▶ _Record set_
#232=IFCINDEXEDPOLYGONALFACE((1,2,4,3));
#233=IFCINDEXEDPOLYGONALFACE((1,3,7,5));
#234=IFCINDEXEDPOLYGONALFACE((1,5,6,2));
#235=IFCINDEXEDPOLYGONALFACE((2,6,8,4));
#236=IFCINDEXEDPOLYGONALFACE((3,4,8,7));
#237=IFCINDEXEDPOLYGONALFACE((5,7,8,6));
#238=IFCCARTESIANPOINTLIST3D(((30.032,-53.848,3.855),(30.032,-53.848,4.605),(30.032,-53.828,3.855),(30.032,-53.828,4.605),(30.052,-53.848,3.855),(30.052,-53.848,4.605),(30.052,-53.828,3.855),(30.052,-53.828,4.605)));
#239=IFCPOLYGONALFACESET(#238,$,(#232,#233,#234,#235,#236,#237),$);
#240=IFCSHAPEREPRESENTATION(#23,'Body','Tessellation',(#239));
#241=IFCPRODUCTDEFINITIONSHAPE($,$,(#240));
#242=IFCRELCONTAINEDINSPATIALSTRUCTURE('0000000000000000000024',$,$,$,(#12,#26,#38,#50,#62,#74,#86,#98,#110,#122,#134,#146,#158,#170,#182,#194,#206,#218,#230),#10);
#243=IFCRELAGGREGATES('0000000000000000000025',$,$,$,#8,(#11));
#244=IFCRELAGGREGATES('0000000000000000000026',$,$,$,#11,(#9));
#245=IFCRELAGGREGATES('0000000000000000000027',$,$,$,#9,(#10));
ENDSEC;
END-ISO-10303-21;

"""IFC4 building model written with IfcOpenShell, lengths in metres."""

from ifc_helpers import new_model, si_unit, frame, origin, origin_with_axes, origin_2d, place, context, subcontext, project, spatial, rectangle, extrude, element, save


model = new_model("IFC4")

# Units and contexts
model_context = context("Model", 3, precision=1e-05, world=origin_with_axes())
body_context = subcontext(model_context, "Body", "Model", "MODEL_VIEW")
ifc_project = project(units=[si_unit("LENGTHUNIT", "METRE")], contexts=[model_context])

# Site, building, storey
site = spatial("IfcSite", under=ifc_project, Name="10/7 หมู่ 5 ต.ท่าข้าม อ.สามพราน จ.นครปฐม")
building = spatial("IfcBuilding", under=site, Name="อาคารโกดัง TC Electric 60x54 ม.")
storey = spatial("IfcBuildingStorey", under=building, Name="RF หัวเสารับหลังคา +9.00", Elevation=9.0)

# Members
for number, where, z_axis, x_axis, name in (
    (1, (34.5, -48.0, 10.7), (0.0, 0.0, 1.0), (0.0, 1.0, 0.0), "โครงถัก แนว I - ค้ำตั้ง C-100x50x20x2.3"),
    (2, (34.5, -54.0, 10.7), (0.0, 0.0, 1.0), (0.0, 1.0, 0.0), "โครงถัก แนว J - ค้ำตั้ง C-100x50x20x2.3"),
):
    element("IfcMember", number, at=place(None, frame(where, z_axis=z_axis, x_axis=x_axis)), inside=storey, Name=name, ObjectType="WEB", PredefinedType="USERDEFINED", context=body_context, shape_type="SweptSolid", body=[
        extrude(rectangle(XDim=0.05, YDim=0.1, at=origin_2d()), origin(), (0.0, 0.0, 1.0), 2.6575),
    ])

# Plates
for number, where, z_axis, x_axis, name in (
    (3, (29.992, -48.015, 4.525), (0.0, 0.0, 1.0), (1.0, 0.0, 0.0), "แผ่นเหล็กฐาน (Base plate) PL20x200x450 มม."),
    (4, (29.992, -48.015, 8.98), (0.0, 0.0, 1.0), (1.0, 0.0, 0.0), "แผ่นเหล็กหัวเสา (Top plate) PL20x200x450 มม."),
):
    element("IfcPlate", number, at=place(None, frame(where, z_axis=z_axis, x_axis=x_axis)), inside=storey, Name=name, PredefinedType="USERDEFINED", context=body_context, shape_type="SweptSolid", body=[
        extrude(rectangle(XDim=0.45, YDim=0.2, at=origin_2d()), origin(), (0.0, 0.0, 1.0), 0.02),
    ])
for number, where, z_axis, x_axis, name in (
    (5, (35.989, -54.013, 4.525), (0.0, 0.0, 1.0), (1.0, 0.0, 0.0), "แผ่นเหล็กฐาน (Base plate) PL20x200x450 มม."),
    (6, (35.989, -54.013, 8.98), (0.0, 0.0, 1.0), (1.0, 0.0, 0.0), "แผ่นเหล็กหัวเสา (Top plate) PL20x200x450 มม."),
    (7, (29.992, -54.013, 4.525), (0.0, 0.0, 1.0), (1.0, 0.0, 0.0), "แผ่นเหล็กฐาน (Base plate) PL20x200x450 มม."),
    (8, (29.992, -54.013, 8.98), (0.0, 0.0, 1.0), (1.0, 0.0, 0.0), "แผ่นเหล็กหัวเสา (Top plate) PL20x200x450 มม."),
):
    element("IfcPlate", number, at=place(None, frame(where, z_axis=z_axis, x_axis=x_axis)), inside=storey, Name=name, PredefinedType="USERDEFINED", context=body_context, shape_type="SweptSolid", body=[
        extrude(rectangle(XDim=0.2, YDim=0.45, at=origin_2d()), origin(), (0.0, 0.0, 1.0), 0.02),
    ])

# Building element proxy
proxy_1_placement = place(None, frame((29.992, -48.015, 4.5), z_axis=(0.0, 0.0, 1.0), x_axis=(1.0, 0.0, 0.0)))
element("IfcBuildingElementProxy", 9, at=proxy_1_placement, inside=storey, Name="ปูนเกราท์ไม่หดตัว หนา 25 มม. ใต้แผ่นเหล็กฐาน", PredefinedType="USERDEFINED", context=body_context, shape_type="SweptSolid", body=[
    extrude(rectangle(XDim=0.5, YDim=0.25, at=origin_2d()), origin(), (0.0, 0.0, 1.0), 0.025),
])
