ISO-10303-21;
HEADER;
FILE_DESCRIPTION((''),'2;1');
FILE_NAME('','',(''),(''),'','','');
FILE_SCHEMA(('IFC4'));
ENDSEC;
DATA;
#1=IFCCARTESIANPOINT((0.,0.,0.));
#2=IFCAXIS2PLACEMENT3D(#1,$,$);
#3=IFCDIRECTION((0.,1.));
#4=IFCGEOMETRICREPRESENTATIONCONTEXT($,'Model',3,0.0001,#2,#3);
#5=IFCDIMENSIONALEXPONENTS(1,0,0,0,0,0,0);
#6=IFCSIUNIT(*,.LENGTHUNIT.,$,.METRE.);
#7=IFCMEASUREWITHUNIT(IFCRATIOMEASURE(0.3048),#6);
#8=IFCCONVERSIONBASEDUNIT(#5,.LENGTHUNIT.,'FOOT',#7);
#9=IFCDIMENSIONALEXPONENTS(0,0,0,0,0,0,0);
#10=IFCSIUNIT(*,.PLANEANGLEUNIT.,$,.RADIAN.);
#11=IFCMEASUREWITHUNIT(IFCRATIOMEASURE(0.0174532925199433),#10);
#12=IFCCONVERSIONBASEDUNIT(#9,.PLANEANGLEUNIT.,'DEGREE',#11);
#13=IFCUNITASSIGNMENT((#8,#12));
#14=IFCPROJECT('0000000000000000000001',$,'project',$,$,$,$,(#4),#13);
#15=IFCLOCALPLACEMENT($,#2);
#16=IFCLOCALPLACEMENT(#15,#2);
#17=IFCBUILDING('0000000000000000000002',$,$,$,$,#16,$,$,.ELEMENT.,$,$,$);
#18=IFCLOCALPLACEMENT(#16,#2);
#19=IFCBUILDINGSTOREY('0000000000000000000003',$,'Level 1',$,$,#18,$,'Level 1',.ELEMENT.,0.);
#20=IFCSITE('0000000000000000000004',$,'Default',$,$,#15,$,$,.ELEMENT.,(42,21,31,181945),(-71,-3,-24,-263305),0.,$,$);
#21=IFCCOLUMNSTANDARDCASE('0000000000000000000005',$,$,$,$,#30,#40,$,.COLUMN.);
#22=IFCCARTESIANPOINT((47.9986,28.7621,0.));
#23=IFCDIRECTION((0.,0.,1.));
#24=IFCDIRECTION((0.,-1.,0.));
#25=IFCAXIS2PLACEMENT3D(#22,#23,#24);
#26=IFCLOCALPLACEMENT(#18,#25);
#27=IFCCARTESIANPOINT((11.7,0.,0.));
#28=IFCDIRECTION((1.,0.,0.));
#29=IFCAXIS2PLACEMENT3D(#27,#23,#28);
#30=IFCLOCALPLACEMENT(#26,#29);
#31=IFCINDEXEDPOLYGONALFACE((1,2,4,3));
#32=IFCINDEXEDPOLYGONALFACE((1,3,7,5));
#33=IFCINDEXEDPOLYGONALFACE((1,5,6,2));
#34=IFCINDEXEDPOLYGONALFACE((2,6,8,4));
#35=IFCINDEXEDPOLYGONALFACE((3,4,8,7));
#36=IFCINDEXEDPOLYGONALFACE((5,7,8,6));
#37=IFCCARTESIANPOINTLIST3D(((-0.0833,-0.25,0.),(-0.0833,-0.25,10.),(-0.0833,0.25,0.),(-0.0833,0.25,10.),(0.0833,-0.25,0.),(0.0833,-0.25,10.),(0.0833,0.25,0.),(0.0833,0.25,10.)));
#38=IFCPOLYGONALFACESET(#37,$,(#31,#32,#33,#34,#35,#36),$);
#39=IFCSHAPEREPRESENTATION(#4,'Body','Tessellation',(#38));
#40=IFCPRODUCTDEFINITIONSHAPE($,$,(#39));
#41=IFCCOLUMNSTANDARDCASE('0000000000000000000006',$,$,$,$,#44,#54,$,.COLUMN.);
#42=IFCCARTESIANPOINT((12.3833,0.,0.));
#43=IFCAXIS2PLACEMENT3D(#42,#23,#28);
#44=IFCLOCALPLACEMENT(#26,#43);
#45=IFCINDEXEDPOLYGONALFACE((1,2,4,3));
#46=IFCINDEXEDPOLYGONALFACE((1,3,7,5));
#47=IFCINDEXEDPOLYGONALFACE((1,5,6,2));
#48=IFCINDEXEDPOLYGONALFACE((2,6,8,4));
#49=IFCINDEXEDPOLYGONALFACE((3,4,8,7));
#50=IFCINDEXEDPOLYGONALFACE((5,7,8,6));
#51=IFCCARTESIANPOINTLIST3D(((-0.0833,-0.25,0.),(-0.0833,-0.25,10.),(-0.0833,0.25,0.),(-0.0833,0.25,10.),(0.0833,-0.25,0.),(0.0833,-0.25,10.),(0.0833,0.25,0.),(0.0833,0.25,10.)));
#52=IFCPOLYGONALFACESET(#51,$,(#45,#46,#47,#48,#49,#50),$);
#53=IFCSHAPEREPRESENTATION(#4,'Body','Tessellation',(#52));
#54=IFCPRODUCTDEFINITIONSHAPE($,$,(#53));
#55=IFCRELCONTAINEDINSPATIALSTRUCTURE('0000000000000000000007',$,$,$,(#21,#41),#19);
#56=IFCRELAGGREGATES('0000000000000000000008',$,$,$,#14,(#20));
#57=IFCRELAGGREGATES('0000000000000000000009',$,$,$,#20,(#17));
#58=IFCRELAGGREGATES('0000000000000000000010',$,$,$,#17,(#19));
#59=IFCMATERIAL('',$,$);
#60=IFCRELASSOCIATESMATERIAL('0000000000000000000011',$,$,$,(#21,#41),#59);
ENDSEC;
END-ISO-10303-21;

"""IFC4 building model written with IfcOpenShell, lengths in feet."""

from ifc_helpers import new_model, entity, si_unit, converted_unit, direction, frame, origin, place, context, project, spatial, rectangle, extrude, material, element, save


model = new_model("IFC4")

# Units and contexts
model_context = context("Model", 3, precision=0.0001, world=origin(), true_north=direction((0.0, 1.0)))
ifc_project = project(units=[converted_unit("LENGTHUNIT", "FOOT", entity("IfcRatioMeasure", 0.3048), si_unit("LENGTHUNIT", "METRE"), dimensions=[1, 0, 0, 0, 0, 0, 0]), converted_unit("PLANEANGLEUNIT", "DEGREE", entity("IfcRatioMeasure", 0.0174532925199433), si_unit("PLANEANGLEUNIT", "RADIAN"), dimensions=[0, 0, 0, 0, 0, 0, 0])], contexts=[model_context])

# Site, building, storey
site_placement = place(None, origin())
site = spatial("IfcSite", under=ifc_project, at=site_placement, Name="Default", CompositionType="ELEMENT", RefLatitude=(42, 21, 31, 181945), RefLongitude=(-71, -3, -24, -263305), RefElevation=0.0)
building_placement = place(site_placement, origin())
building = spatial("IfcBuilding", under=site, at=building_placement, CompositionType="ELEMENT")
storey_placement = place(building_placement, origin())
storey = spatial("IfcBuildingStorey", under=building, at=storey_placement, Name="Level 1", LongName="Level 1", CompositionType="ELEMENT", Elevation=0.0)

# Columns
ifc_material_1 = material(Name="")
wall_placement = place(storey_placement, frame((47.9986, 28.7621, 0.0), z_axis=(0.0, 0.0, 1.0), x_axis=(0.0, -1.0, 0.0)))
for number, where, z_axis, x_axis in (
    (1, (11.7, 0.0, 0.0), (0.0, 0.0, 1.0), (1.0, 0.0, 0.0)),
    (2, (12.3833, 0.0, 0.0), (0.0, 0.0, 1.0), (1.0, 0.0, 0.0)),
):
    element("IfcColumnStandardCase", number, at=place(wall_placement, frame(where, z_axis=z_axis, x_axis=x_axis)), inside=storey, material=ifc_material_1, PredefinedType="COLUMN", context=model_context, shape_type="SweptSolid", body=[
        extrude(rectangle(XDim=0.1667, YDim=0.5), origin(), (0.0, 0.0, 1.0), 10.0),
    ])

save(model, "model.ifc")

...

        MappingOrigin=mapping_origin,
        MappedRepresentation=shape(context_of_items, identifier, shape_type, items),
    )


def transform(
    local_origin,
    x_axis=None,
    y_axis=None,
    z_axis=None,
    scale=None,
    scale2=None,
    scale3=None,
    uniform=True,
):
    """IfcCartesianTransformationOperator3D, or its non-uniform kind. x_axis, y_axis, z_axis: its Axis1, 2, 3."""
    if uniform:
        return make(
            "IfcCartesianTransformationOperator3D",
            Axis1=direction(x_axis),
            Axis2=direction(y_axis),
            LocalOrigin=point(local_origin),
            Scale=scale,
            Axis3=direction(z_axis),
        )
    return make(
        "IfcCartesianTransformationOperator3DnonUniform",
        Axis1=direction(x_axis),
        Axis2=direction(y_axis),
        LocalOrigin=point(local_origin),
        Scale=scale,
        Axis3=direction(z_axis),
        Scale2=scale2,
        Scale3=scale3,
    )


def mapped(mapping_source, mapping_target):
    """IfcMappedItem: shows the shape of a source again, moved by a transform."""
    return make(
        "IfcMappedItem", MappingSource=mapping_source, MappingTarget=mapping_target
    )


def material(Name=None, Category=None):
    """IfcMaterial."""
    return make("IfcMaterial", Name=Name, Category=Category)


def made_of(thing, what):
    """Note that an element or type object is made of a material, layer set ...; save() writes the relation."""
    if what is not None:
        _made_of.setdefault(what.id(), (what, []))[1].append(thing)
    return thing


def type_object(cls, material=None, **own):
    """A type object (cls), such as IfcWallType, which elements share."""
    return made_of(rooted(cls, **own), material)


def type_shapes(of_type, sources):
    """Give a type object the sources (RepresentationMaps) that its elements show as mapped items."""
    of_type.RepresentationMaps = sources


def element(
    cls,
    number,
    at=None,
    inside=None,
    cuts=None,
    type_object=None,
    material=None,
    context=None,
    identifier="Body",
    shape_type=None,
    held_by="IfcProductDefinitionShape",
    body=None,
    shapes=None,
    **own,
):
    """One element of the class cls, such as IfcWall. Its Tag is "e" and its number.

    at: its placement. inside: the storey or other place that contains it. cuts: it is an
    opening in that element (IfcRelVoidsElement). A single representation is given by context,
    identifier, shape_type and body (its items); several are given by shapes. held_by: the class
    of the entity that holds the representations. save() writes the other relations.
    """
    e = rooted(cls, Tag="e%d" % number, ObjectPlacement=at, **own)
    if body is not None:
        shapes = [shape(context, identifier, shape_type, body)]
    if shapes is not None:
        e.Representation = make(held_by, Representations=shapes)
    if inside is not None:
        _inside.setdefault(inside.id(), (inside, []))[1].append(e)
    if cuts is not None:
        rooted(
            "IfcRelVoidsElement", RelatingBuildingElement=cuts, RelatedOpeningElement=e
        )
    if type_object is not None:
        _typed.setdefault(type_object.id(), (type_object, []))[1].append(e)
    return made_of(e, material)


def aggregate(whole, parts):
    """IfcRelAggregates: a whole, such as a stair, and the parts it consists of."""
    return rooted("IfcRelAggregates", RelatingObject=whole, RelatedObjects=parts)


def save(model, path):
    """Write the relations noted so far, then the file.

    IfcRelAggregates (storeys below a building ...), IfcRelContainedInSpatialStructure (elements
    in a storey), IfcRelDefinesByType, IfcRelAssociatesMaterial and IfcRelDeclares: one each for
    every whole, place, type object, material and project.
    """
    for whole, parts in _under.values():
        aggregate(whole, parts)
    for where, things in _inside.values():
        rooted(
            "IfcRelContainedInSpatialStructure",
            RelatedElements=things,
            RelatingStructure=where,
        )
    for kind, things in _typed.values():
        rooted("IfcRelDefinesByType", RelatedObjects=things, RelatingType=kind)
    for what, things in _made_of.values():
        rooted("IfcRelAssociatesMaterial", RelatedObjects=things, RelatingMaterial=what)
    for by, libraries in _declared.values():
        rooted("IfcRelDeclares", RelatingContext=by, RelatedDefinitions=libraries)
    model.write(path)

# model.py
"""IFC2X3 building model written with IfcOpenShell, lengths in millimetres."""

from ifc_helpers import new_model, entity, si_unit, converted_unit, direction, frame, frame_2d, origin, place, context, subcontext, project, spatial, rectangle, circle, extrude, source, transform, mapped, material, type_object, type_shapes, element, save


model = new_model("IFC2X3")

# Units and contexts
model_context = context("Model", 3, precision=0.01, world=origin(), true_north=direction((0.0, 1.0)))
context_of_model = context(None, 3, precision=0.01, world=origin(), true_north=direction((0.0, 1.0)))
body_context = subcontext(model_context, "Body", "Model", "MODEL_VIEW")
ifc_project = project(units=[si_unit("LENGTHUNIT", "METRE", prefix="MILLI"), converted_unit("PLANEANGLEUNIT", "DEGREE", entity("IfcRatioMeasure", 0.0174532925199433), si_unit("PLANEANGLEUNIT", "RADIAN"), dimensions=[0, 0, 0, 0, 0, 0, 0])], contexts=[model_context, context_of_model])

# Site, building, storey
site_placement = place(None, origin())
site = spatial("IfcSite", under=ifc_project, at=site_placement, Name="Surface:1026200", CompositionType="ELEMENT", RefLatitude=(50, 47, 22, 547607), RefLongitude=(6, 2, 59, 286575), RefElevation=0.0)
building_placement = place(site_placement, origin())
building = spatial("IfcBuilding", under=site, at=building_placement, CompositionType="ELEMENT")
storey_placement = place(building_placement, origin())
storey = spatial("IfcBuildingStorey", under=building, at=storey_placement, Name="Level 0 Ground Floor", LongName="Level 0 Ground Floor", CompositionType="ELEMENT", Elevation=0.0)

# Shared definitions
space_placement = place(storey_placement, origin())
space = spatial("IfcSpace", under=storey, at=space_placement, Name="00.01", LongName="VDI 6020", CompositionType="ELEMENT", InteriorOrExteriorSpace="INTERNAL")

▶ _What to do_
Copy each line above containing the string "IFCSHAPEREPRESENTATION".

▶ _Result of this exercise_
#240=IFCSHAPEREPRESENTATION(#23,'Body','Tessellation',(#239));
#39=IFCSHAPEREPRESENTATION(#4,'Body','Tessellation',(#38));
#53=IFCSHAPEREPRESENTATION(#4,'Body','Tessellation',(#52));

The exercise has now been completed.